Out of the listing below, copy every line that carries the string "Task".

::::::::

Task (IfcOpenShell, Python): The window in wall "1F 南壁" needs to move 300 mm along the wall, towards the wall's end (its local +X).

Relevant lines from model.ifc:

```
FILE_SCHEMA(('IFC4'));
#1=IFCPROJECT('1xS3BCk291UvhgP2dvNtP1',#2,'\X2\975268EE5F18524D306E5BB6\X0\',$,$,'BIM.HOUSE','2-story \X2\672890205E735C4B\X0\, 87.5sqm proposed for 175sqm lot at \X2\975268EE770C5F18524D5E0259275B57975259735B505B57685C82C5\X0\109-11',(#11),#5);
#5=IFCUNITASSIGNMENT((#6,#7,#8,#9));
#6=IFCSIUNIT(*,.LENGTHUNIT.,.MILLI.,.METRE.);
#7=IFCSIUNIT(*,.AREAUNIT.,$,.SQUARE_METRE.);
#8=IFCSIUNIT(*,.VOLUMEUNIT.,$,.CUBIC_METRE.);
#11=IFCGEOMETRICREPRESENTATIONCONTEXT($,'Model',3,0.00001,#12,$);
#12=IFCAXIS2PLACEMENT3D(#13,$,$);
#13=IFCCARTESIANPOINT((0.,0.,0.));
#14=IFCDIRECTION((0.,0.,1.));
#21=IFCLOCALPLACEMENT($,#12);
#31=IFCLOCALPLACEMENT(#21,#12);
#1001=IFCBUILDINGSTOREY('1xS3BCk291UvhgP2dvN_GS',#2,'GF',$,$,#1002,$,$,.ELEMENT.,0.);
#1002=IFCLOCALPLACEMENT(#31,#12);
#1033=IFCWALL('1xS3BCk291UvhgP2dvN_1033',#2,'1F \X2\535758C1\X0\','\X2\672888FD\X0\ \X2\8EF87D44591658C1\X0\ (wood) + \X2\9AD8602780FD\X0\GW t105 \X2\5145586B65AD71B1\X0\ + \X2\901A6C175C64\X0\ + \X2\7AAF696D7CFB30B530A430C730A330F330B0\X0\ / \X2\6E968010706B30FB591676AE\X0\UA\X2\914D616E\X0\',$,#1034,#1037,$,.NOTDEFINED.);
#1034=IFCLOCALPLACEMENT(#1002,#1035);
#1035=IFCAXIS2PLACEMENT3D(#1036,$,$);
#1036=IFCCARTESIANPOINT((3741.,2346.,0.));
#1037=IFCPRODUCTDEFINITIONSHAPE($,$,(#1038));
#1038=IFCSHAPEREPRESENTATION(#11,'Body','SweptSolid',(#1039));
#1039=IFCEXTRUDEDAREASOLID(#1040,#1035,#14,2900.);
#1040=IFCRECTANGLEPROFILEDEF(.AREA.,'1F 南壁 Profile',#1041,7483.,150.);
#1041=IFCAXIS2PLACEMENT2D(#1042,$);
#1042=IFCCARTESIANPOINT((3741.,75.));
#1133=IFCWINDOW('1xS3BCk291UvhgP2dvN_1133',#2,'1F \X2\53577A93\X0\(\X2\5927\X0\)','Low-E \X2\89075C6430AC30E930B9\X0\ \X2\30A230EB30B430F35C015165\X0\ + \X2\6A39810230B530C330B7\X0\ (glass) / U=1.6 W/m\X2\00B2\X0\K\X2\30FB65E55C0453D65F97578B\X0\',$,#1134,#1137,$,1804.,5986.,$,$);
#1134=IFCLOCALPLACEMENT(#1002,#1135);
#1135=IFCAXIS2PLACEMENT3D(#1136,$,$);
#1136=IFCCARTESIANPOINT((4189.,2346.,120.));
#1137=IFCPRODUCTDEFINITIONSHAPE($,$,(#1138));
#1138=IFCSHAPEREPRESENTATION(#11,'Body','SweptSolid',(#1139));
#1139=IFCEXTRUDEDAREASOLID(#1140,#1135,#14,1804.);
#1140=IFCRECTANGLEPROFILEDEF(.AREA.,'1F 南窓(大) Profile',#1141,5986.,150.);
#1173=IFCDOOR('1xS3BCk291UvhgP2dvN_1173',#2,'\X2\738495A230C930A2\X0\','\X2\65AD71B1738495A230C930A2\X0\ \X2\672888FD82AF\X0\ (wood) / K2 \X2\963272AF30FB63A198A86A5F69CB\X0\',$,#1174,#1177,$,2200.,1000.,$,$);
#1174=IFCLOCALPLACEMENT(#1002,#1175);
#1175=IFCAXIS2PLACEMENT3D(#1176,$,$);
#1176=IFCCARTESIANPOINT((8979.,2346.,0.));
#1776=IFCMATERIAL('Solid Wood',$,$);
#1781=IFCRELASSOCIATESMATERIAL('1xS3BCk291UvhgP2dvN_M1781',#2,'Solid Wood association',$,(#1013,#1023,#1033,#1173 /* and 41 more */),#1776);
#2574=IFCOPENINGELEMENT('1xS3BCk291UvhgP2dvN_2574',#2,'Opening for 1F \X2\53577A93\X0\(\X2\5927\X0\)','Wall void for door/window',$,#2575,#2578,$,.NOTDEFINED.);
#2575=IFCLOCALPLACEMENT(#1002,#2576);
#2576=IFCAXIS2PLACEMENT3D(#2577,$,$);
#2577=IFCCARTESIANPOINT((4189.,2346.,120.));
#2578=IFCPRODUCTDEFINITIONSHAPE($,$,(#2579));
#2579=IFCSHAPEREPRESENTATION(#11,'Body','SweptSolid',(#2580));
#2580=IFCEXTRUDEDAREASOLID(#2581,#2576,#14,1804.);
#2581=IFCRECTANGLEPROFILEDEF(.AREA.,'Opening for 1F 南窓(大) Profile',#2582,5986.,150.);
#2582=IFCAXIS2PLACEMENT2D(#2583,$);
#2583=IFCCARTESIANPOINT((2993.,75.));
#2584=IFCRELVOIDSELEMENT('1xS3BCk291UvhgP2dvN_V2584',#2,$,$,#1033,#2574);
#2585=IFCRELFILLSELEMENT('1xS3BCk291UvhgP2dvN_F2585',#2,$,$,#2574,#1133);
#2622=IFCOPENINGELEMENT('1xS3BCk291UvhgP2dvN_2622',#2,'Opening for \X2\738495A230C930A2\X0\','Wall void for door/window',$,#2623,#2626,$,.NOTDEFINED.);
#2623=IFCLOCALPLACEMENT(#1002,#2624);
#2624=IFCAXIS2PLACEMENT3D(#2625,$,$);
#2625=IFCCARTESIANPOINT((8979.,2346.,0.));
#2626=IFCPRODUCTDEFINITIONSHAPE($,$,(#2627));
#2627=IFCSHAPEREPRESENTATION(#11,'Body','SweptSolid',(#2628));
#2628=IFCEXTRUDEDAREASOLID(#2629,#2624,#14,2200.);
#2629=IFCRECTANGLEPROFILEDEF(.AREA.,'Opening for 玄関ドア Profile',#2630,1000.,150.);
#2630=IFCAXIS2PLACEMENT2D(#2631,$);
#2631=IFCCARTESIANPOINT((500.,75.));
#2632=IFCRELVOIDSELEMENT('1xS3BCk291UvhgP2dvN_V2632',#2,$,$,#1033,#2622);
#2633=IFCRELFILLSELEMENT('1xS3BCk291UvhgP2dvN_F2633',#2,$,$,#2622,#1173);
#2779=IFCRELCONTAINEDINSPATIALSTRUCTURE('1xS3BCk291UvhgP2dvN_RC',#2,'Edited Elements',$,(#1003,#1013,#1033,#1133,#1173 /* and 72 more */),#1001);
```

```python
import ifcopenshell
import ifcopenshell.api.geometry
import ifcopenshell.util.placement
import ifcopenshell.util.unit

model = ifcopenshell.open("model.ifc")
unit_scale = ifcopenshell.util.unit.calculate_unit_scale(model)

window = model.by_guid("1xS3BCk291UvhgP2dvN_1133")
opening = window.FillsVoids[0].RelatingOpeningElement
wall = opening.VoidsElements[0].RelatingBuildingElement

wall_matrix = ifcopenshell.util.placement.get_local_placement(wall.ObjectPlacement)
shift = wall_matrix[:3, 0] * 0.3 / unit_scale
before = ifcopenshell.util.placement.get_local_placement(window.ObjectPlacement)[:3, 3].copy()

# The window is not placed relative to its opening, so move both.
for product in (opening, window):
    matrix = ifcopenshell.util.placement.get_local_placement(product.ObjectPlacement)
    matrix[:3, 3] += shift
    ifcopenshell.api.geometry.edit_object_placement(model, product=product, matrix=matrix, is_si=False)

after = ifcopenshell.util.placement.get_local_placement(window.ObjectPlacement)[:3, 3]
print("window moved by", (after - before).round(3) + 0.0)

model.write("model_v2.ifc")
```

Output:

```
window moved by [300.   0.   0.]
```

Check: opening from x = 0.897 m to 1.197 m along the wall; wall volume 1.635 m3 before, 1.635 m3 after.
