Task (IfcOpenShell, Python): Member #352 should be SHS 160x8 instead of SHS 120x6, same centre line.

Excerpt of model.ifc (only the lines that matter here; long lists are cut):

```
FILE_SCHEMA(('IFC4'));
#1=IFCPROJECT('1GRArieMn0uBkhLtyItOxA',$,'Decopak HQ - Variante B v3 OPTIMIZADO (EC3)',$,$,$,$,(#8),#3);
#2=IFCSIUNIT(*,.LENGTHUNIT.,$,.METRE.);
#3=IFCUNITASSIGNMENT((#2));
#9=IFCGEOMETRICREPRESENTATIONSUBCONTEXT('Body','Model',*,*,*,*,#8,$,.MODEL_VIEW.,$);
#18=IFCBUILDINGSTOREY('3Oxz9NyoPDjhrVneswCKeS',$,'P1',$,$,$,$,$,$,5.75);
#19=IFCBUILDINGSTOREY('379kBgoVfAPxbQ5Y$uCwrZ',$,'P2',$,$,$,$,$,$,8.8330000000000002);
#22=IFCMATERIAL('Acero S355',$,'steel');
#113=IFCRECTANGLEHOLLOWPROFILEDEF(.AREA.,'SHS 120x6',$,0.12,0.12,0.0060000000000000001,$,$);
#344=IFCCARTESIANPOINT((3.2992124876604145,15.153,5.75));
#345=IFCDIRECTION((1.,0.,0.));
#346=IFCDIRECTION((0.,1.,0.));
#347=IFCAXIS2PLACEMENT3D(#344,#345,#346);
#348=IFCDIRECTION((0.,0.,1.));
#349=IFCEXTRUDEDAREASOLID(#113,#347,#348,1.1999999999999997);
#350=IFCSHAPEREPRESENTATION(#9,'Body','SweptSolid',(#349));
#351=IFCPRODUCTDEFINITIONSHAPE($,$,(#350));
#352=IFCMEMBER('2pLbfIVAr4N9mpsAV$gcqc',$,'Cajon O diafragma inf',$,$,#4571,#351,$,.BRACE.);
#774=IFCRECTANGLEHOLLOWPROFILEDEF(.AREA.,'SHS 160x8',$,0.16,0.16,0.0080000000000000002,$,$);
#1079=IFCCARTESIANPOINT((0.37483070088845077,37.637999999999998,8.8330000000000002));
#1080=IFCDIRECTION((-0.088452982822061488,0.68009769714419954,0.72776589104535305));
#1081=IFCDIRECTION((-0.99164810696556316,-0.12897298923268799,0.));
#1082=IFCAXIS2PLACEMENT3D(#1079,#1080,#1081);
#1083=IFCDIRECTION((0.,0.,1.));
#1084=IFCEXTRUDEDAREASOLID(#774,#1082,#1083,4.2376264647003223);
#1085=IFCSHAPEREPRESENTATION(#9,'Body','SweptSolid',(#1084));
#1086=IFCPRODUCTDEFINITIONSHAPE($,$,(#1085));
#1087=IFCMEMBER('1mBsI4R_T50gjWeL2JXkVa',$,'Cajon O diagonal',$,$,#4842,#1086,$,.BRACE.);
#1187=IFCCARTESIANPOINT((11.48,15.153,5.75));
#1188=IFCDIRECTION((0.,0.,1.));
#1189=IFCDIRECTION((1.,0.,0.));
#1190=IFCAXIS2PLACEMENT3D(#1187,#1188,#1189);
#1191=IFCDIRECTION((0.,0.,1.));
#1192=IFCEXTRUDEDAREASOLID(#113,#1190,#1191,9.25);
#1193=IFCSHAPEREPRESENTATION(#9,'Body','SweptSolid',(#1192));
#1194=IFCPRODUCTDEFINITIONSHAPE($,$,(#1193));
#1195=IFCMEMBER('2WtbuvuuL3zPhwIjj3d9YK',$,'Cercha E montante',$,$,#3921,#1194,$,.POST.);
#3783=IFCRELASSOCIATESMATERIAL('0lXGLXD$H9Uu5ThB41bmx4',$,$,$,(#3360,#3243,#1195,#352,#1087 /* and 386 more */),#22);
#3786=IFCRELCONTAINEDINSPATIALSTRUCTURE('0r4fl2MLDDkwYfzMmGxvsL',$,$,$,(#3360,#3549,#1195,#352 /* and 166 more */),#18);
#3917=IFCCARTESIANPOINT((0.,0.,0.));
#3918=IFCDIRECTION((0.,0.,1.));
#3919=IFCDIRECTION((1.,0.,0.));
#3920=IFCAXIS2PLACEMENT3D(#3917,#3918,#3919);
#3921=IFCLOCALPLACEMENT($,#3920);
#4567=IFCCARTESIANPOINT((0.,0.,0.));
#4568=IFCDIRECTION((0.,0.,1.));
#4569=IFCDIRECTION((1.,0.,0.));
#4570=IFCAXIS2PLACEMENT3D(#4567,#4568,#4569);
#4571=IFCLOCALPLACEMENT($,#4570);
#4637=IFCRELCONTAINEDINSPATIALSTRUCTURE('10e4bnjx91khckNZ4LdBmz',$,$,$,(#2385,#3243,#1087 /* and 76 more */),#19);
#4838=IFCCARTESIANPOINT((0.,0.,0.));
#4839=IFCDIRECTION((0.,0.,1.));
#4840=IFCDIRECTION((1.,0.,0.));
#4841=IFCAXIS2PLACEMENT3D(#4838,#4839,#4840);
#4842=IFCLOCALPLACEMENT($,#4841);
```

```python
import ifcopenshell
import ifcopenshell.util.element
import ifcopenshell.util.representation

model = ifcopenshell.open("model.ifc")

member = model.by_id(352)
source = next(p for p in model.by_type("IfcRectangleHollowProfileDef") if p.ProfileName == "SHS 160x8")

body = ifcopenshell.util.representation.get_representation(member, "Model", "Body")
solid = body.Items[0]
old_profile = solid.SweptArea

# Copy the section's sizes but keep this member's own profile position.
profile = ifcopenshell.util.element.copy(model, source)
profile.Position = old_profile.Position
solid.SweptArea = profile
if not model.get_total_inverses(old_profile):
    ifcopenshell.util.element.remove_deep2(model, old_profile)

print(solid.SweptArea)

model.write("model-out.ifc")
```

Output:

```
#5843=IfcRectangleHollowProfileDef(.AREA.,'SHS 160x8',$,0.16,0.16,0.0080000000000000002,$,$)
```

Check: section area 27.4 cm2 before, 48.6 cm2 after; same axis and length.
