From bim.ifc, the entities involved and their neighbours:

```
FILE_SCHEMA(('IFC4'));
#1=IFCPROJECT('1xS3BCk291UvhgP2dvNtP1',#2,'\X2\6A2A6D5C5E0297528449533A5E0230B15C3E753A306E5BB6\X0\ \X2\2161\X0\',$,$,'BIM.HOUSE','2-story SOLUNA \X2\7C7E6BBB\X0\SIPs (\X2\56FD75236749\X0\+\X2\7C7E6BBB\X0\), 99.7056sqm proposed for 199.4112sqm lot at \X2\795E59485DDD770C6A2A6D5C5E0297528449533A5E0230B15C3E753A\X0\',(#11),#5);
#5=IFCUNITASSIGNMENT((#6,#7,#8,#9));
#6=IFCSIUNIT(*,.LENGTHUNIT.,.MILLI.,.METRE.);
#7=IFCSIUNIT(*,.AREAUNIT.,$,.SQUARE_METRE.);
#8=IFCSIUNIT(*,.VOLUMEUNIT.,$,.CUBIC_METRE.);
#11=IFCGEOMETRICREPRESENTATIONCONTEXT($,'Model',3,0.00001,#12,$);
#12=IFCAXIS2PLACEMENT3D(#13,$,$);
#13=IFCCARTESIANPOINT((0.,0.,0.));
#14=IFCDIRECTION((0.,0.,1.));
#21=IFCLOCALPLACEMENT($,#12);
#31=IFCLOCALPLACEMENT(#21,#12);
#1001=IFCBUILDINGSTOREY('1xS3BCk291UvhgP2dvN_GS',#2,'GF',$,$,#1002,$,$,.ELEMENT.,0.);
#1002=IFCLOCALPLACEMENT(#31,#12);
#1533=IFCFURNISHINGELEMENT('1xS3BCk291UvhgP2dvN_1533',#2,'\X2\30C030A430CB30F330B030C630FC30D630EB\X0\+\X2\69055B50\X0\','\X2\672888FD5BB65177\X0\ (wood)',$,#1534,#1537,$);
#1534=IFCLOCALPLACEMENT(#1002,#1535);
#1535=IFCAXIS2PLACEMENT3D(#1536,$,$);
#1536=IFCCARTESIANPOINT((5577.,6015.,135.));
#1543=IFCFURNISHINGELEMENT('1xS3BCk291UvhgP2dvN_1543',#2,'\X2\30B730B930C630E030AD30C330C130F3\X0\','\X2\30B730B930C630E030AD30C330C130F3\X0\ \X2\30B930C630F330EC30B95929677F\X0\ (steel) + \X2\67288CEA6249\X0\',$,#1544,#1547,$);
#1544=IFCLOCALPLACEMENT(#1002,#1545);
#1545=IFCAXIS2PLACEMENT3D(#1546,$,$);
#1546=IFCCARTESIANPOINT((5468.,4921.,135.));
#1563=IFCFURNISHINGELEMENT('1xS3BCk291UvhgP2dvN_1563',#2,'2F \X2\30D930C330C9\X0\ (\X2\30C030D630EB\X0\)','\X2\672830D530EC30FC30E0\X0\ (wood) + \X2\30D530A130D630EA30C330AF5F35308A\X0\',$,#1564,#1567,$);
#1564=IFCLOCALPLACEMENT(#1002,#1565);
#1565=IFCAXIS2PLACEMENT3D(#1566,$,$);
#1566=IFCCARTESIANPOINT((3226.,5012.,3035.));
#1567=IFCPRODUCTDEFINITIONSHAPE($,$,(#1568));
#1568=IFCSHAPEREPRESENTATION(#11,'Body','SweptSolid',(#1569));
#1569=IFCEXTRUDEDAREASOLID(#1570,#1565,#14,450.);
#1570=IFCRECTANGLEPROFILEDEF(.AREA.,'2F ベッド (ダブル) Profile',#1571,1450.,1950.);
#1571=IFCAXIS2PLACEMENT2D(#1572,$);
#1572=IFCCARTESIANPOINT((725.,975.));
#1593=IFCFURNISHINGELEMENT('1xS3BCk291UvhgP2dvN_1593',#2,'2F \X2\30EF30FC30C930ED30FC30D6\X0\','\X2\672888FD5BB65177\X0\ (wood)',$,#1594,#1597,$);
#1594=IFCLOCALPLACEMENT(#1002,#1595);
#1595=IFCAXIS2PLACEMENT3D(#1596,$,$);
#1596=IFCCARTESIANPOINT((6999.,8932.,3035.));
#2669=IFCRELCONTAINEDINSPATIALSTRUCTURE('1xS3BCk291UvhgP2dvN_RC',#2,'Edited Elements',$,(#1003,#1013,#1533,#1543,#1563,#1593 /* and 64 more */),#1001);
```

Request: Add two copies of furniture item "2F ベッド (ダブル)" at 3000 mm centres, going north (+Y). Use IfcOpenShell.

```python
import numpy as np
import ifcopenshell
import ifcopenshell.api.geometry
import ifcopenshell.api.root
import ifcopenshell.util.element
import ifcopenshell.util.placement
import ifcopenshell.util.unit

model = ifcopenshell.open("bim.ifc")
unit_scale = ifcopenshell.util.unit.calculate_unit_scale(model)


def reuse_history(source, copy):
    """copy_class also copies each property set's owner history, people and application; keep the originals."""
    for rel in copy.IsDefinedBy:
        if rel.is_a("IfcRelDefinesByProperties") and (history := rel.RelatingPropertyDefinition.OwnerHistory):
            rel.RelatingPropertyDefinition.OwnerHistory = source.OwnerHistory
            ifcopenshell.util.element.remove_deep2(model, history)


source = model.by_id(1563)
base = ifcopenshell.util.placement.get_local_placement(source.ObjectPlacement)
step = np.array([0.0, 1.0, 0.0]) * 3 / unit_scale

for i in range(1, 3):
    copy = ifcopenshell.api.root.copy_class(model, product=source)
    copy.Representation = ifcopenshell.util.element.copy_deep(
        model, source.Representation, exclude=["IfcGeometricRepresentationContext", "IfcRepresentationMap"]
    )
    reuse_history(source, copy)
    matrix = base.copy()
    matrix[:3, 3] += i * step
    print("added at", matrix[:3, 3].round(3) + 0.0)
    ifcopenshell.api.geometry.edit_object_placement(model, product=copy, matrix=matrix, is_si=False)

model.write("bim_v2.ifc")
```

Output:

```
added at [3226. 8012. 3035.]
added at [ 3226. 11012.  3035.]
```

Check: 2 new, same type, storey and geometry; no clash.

::::::::

§ **Your response**
Task (IfcOpenShell, Python): The window in wall "1F 南壁" needs to move 300 mm along the wall, towards the wall's end (its local +X).
Task (IfcOpenShell, Python): Member #352 should be SHS 160x8 instead of SHS 120x6, same centre line.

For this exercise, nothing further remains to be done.